Saturday, September 3, 2011: The air is filled with anticipation. Irene is on her way. A friend who lives in lower Manhattan takes heed: an 8:48 a.m. train will deliver him, with his son, to the exurban community I live in, about an hour north of the city. If Irene is as fierce as predicted, he doesn’t want to be in her path. Little does he know that leaving the threatened eye of the storm will take him right into it.
Irony. It adds zest to literature. Makes a mockery of all those woulda/coulda/shoulda moments placed in our laps daily/weekly/monthly. Once in a lifetime. The predictive tools we have at our disposal are no measure against our individually peculiar ways of dealing with all things unknown and out of our control. Yes, knowing a hurricane of such (potential) magnitude is coming allows me some time to prepare, stock up on (at least) water. I’ve lived in an area of overhead powerhead lines long enough to know that all it takes is one heavy branch or one squirrel looking for warmth in all the wrong for places to leave me in the dark. Prepared? Sometimes I’m not even sure what that means.
Sunday, September 4, 2011: The sky is thick with rain and wind, no letup in sight, the power already knocked out by Irene in the wee hours of the morning. Not to worry, I tell my friend over an early cup of coffee. I have a rule of thumb: if the power isn’t on within two-three hours, we’re in for the long haul. No point in (yet) waking his son, the college kid. Without Internet access, what’s a boy to do? We wait it out, keep ourselves entertained with conversation, eating, reading by daylight. How lucky am I to have an iPad, backlit and fully charged. My friend, a very gifted photographer, points his camera to the world outside, from the world inside. We have buckets positioned beneath scuppers, collecting rain for the necessary flushes. Showers? Nobody cares right now. We’re in the thrall of Irene, captive, maybe even a little captivated. We talk about alternative plans — what if the power isn’t on by nighttime?

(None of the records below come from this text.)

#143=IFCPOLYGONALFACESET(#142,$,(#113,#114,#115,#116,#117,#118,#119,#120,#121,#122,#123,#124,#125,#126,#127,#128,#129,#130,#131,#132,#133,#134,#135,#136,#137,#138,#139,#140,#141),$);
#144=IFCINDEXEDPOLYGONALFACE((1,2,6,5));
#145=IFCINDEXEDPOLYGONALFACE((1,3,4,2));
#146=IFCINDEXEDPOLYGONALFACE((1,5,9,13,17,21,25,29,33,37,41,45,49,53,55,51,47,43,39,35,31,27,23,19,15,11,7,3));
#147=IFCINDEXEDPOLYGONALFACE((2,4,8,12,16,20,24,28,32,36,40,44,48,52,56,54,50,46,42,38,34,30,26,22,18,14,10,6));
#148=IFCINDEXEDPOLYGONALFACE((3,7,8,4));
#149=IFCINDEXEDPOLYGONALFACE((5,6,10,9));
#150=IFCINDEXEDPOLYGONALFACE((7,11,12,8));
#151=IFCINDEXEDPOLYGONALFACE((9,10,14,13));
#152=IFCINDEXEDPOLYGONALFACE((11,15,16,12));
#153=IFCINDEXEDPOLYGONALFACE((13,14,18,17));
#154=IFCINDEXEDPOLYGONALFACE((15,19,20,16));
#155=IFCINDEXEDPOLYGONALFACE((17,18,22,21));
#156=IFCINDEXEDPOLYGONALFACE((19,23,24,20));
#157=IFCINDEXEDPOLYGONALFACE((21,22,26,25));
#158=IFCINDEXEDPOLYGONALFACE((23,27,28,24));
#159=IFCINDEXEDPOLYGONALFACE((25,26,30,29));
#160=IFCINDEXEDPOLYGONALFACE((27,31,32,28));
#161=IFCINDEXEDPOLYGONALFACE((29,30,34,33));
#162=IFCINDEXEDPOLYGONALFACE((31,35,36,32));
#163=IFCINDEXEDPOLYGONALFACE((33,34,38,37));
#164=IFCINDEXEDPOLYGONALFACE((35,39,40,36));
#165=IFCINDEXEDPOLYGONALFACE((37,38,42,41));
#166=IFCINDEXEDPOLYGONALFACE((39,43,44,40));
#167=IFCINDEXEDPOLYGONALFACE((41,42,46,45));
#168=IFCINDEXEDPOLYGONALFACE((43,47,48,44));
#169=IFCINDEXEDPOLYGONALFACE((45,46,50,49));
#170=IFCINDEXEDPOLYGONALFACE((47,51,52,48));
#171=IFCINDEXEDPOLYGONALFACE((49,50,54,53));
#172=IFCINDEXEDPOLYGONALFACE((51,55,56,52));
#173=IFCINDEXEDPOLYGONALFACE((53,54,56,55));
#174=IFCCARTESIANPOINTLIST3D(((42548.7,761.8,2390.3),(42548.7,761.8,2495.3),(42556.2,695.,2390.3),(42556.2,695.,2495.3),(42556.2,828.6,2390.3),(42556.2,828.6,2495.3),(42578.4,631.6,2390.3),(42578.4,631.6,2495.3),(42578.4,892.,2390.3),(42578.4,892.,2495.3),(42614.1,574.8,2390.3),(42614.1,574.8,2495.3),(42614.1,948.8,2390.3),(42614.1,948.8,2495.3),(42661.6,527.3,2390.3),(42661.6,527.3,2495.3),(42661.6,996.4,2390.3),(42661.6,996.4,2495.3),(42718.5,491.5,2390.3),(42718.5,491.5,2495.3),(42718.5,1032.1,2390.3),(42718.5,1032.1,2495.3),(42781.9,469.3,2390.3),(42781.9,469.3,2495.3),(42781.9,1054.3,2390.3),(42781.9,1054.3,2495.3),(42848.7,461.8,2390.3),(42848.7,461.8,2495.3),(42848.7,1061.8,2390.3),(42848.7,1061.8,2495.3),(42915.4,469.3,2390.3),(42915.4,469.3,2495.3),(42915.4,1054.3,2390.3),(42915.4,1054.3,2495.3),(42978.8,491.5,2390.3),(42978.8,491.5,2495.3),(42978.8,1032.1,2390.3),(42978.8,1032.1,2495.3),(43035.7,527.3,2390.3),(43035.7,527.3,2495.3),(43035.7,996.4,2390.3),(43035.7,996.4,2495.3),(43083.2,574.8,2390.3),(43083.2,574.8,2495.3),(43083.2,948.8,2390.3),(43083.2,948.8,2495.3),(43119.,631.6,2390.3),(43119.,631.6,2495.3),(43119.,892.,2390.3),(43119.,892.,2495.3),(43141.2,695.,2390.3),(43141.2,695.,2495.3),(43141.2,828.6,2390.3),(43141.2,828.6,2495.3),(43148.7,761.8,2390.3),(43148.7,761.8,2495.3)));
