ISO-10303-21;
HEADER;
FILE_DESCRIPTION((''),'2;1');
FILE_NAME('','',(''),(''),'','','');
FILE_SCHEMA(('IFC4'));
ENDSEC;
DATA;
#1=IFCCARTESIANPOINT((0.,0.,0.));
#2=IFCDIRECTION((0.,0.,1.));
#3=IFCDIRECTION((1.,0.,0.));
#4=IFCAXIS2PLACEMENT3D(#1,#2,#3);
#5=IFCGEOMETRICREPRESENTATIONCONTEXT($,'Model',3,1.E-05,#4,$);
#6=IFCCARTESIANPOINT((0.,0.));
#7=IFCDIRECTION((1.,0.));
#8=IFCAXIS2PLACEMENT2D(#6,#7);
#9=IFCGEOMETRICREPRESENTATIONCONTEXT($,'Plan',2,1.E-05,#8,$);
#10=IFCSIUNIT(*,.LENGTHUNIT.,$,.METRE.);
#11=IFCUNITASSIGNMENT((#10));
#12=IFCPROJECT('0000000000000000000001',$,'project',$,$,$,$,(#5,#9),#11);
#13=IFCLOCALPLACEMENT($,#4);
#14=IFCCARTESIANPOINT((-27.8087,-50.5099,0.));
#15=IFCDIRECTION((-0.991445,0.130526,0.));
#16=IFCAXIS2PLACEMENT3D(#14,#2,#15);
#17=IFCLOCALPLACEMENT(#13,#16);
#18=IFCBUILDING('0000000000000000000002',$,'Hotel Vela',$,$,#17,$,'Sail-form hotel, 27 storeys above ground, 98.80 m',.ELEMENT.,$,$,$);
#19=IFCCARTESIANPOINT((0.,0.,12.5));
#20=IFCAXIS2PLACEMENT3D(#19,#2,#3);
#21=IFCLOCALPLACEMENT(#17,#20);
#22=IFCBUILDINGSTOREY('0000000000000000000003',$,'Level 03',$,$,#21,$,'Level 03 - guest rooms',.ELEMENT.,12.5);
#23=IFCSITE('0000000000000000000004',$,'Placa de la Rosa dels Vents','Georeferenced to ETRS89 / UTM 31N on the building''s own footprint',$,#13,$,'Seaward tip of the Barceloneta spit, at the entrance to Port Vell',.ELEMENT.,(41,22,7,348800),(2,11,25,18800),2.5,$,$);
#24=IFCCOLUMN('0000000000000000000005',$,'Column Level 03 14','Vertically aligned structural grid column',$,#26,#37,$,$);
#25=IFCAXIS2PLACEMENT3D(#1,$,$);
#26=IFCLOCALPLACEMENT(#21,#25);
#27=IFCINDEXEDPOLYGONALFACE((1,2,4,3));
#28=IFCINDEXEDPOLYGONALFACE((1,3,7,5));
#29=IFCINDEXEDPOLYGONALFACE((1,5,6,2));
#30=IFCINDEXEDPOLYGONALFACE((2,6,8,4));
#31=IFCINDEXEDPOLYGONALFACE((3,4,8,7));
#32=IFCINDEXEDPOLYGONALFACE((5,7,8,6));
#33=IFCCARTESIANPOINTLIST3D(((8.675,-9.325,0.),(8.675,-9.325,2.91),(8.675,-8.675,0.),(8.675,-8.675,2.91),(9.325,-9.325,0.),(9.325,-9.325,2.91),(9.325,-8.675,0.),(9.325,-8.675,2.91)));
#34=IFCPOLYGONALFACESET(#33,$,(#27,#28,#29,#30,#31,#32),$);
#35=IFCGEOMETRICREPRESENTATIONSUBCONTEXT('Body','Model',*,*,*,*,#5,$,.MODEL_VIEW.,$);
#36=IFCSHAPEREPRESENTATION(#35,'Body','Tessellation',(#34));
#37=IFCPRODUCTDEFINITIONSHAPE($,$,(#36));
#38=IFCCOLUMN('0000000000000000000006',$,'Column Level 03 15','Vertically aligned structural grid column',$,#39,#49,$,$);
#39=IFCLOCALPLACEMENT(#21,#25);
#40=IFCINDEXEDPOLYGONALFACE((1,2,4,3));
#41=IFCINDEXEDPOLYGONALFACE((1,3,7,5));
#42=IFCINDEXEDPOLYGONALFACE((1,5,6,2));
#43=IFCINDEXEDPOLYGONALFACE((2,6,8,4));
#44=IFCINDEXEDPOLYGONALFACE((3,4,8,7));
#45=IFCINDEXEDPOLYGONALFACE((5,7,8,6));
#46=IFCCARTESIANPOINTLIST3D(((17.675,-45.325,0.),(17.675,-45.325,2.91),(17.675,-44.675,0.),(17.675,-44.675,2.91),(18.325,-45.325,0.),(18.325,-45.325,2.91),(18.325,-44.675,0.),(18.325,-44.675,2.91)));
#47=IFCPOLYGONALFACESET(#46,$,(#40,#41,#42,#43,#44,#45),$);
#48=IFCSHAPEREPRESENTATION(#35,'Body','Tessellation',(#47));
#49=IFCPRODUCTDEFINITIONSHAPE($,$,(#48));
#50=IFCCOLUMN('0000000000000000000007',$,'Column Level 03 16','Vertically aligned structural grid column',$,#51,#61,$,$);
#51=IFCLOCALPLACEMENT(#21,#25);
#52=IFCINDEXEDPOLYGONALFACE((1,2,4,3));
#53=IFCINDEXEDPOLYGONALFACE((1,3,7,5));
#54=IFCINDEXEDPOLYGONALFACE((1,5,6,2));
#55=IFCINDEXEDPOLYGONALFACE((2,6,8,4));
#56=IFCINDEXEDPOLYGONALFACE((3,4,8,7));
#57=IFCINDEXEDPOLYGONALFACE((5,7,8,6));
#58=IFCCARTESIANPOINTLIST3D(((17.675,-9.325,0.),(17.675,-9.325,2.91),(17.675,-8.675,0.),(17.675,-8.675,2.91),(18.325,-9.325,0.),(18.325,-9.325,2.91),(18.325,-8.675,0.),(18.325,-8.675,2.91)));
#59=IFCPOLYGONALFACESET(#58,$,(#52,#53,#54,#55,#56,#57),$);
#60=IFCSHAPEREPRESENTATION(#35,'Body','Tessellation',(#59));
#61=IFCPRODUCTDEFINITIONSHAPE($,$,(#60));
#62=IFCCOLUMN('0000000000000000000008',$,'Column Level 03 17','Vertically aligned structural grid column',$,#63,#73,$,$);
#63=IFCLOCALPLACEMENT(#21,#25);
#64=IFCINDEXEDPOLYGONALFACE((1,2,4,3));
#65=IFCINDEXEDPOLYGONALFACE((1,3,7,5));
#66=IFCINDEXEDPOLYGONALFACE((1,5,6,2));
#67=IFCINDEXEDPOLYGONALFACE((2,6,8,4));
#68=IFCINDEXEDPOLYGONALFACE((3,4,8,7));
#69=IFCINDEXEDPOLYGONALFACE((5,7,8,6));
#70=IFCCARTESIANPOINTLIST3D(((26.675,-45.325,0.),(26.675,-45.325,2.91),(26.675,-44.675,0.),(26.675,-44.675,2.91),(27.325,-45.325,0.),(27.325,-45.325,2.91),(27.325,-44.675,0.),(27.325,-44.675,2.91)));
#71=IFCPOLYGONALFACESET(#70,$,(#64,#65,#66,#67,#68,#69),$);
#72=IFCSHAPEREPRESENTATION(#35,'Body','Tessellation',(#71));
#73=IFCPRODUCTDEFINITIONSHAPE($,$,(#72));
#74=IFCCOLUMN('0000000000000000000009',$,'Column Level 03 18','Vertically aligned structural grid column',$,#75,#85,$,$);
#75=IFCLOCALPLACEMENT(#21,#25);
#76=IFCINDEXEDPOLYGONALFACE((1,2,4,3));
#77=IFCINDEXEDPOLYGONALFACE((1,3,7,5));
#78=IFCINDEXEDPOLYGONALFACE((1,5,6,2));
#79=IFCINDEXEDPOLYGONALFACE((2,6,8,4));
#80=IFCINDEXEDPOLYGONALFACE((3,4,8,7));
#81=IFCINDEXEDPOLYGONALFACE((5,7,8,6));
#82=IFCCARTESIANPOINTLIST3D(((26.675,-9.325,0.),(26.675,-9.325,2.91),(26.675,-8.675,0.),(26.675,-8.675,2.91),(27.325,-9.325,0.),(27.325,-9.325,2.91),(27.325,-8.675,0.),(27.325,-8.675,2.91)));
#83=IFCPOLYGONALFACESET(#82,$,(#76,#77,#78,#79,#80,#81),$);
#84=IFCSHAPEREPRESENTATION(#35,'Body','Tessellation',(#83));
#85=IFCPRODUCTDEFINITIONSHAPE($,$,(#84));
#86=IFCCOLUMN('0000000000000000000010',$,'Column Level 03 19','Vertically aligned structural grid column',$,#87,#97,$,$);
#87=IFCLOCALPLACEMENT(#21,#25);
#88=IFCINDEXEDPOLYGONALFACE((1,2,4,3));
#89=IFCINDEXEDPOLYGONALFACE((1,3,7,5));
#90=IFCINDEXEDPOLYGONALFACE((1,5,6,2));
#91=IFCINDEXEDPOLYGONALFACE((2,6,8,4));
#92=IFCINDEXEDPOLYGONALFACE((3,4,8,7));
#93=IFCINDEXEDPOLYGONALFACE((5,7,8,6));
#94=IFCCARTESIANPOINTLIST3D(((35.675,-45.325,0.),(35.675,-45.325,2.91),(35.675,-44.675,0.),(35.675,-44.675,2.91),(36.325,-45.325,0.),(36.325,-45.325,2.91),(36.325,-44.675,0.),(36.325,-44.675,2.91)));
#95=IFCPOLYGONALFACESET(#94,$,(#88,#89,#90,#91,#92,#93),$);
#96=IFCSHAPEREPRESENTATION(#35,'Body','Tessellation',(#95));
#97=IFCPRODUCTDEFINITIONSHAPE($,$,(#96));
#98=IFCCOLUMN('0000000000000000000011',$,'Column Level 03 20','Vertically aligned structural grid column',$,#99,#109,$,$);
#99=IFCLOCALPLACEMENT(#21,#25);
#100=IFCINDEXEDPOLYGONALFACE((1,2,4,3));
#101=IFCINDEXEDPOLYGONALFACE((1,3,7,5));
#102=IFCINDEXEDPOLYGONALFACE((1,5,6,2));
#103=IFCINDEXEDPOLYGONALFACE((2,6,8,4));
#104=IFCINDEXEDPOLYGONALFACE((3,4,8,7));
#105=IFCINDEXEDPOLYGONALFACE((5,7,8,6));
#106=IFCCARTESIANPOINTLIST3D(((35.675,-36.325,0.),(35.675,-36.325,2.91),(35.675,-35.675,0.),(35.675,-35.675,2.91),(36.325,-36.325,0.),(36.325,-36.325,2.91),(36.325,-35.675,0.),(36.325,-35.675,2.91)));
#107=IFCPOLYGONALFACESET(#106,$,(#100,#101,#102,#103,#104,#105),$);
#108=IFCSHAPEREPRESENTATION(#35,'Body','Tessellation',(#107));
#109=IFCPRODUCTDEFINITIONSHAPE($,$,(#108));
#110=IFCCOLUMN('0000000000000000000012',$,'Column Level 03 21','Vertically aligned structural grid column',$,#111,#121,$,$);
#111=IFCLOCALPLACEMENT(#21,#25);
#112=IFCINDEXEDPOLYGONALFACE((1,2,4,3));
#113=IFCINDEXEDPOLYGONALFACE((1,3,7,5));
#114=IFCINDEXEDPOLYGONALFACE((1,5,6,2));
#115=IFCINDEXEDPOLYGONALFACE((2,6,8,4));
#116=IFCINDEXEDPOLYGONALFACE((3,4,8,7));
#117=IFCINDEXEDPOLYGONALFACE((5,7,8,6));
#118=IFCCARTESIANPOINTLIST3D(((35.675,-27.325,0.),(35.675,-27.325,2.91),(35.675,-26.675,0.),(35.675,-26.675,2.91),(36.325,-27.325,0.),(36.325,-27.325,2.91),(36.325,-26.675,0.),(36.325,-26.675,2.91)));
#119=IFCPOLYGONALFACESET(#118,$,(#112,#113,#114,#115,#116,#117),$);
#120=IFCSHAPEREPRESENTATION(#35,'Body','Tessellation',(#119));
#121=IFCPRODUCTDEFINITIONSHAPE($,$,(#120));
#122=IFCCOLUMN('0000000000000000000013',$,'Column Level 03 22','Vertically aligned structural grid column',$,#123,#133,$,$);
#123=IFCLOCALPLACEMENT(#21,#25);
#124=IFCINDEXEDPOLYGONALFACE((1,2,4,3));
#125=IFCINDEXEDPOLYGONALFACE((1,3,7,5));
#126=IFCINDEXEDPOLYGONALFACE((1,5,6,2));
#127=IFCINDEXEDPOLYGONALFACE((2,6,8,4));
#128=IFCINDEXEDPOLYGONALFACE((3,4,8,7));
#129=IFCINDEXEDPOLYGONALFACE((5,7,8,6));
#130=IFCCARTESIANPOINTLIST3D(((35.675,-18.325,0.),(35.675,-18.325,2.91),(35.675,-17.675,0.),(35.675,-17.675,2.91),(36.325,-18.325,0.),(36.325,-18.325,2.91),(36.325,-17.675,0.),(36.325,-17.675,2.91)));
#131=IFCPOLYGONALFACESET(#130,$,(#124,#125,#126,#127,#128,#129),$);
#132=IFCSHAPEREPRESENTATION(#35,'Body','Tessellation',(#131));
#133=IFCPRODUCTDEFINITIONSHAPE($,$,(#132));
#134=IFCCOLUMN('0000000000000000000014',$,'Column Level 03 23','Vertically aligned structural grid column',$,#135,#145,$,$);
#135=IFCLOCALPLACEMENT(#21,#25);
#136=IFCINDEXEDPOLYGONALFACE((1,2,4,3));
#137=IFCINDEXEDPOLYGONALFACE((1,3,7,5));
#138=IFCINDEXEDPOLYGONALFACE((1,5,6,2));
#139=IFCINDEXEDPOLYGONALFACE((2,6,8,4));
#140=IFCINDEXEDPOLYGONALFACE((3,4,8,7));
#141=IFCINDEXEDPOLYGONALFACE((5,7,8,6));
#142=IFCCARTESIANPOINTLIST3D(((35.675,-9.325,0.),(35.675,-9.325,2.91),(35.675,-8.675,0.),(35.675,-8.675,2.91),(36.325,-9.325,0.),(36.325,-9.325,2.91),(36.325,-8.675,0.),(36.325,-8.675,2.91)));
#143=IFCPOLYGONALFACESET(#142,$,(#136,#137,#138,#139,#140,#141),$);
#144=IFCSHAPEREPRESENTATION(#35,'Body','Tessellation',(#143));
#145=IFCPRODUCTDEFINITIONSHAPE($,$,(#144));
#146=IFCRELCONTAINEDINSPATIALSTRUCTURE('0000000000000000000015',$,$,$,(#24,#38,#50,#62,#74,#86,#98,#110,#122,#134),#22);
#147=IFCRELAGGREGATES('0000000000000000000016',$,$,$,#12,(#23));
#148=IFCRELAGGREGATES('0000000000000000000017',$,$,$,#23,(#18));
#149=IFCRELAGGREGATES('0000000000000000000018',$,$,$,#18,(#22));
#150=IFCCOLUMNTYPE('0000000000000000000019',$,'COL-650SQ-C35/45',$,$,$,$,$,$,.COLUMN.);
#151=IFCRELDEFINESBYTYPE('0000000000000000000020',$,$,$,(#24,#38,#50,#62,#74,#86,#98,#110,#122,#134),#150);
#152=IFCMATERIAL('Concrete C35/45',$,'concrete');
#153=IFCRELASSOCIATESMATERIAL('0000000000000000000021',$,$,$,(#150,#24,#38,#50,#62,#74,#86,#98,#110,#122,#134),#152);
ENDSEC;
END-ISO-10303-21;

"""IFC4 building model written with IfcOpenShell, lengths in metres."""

from ifc_helpers import new_model, si_unit, frame, origin_with_axes, origin_2d_with_axis, place, context, subcontext, project, spatial, line, indexed_curve, rectangle, outline, extrude, material, material_profile, profile_set, profile_usage, type_object, element, save


model = new_model("IFC4")

# Units and contexts
model_context = context("Model", 3, precision=1e-05, world=origin_with_axes())
plan_context = context("Plan", 2, precision=1e-05, world=origin_2d_with_axis())
body_context = subcontext(model_context, "Body", "Model", "MODEL_VIEW")
ifc_project = project(units=[si_unit("LENGTHUNIT", "METRE")], contexts=[model_context, plan_context])

# Site, building, storey
site_placement = place(None, origin_with_axes())
site = spatial("IfcSite", under=ifc_project, at=site_placement, Name="Placa de la Rosa dels Vents", Description="Georeferenced to ETRS89 / UTM 31N on the building's own footprint", LongName="Seaward tip of the Barceloneta spit, at the entrance to Port Vell", CompositionType="ELEMENT", RefLatitude=(41, 22, 7, 348800), RefLongitude=(2, 11, 25, 18800), RefElevation=2.5)
building_placement = place(site_placement, frame((-27.8087, -50.5099, 0.0), z_axis=(0.0, 0.0, 1.0), x_axis=(-0.991445, 0.130526, 0.0)))
building = spatial("IfcBuilding", under=site, at=building_placement, Name="Hotel Vela", LongName="Sail-form hotel, 27 storeys above ground, 98.80 m", CompositionType="ELEMENT")
storey_placement = place(building_placement, frame((0.0, 0.0, 12.5), z_axis=(0.0, 0.0, 1.0), x_axis=(1.0, 0.0, 0.0)))
storey = spatial("IfcBuildingStorey", under=building, at=storey_placement, Name="Level 03", LongName="Level 03 - guest rooms", CompositionType="ELEMENT", Elevation=12.5)

# Columns
ifc_material = material(Name="Concrete C35/45", Category="concrete")
ifc_material_profile = material_profile(ifc_material, rectangle(XDim=0.65, YDim=0.65))
ifc_profile_set = profile_set([ifc_material_profile], Name="COL-650SQ-C35/45")
column_type = type_object("IfcColumnType", Name="COL-650SQ-C35/45", PredefinedType="COLUMN", material=ifc_profile_set)
ifc_profile_usage_1 = profile_usage(ifc_profile_set)
column_1_placement = place(storey_placement, frame((8.675, -9.325, 0.0), z_axis=(0.0, 0.0, 1.0), x_axis=(1.0, 0.0, 0.0)))
element("IfcColumn", 1, at=column_1_placement, inside=storey, type_object=column_type, material=ifc_profile_usage_1, Name="Column Level 03 14", Description="Vertically aligned structural grid column", context=body_context, shape_type="SweptSolid", body=[
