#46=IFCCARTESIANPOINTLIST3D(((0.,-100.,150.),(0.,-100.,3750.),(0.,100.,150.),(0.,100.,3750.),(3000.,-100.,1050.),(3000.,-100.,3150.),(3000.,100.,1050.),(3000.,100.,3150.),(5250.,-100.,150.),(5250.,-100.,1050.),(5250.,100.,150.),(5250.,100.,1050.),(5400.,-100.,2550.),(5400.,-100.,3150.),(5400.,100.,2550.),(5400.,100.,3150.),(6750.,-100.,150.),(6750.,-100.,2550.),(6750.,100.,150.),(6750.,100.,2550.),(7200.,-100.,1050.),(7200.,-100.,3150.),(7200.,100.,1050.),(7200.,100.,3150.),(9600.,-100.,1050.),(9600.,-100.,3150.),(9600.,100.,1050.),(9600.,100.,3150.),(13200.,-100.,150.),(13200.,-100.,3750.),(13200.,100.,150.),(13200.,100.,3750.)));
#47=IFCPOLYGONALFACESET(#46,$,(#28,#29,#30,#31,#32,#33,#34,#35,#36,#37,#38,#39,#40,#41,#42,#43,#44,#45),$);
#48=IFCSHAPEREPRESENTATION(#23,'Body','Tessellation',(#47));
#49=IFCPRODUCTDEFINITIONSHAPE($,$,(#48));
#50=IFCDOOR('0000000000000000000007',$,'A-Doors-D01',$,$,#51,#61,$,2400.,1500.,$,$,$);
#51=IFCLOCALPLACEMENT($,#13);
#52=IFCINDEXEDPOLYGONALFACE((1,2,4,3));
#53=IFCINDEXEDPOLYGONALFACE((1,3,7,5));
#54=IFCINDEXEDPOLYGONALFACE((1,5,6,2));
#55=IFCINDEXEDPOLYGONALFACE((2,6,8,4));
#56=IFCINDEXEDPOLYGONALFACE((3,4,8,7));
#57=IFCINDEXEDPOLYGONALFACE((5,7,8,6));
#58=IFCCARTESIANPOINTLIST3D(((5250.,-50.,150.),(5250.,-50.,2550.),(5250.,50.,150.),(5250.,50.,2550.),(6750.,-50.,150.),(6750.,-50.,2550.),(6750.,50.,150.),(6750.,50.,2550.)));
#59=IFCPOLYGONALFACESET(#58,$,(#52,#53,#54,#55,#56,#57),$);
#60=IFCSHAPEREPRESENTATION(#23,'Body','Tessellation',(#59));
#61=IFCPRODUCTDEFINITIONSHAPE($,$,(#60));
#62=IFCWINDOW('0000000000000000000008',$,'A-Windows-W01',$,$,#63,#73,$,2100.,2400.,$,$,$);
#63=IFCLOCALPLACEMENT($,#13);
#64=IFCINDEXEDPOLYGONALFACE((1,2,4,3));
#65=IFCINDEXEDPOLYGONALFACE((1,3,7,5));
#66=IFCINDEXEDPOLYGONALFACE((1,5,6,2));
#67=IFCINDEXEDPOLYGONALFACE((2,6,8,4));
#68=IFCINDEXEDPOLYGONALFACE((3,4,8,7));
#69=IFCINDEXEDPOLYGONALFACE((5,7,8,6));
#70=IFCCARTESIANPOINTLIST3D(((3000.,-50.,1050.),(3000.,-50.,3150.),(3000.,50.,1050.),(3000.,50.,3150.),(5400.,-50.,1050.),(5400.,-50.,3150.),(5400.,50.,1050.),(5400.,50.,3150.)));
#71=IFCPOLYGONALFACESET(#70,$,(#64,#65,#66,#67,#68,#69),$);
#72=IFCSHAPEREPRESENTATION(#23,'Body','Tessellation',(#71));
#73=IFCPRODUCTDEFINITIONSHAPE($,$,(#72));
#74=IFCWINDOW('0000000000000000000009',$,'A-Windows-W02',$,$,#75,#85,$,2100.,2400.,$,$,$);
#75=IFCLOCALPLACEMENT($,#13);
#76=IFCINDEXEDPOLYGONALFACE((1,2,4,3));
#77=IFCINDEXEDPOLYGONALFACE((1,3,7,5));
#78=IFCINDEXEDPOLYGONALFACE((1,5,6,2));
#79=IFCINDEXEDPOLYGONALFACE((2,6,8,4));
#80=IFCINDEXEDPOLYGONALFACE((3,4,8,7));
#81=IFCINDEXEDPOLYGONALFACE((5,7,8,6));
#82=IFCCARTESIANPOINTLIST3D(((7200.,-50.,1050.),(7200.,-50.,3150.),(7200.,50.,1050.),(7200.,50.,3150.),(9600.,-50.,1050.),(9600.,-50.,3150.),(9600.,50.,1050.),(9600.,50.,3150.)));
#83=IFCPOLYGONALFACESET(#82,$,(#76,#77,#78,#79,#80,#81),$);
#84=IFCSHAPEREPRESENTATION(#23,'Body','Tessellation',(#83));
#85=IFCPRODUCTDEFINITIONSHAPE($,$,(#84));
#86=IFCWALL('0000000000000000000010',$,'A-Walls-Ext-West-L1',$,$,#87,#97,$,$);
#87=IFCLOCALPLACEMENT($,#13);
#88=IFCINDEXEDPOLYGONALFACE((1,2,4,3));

The day passes, and, like a miracle, the sun comes out. The college kid has a craving for grilled chicken, and it’s a craving we can easily accommodate. We have friends, too, who by luck of being on a different part of the electrical grid, have power but no cable. Wouldn’t they like some company, a DVD at the ready?
Anticipation. At its worst, it skips like a broken record scratched with anxiety. At its best, it suggests hope. We leave our friends, go home, make our way through the dark house. Collecting candles, lighting them, settling down in the living room. Talking. Laughing. Two men, a college boy, and me. It feels a little like camping out, albeit with (almost) all the comforts of home. Life could be worse, my husband says. It could be the dead of winter, not a beautiful summer night.
Monday, September 5, 2011. We wake up, still no power, my friend and his son ready to head back to a city hardly grazed by the storm. I could have said what I was thinking before they came up — namely, that if Irene is as bad as projected, they might not be able to go back Monday a.m. Mother (often) knows best, even if she doesn’t say it. Fortunately, by afternoon, there are trains from a larger hub (White Plains). Even if all’s not really well, there’s something to be said for a little relief.
Hurricanes. They used to have only female names, and no one could really say why, except to assume it had something to do with a volatile, fickle nature. The joke: whoever heard of a himicane? Now there’s no gender bias, and we’ve had our share of male names (Floyd one of the worst in recent memory). And yet I can’t help thinking about all those women with the name Irene and the power it held, almost mythical, for at least a few days. I’m thinking, too, how many times, in the course of the three days I would be without power, I turned on the light switch in the bathroom, surprised more at the reflexive action than the result it did not bring.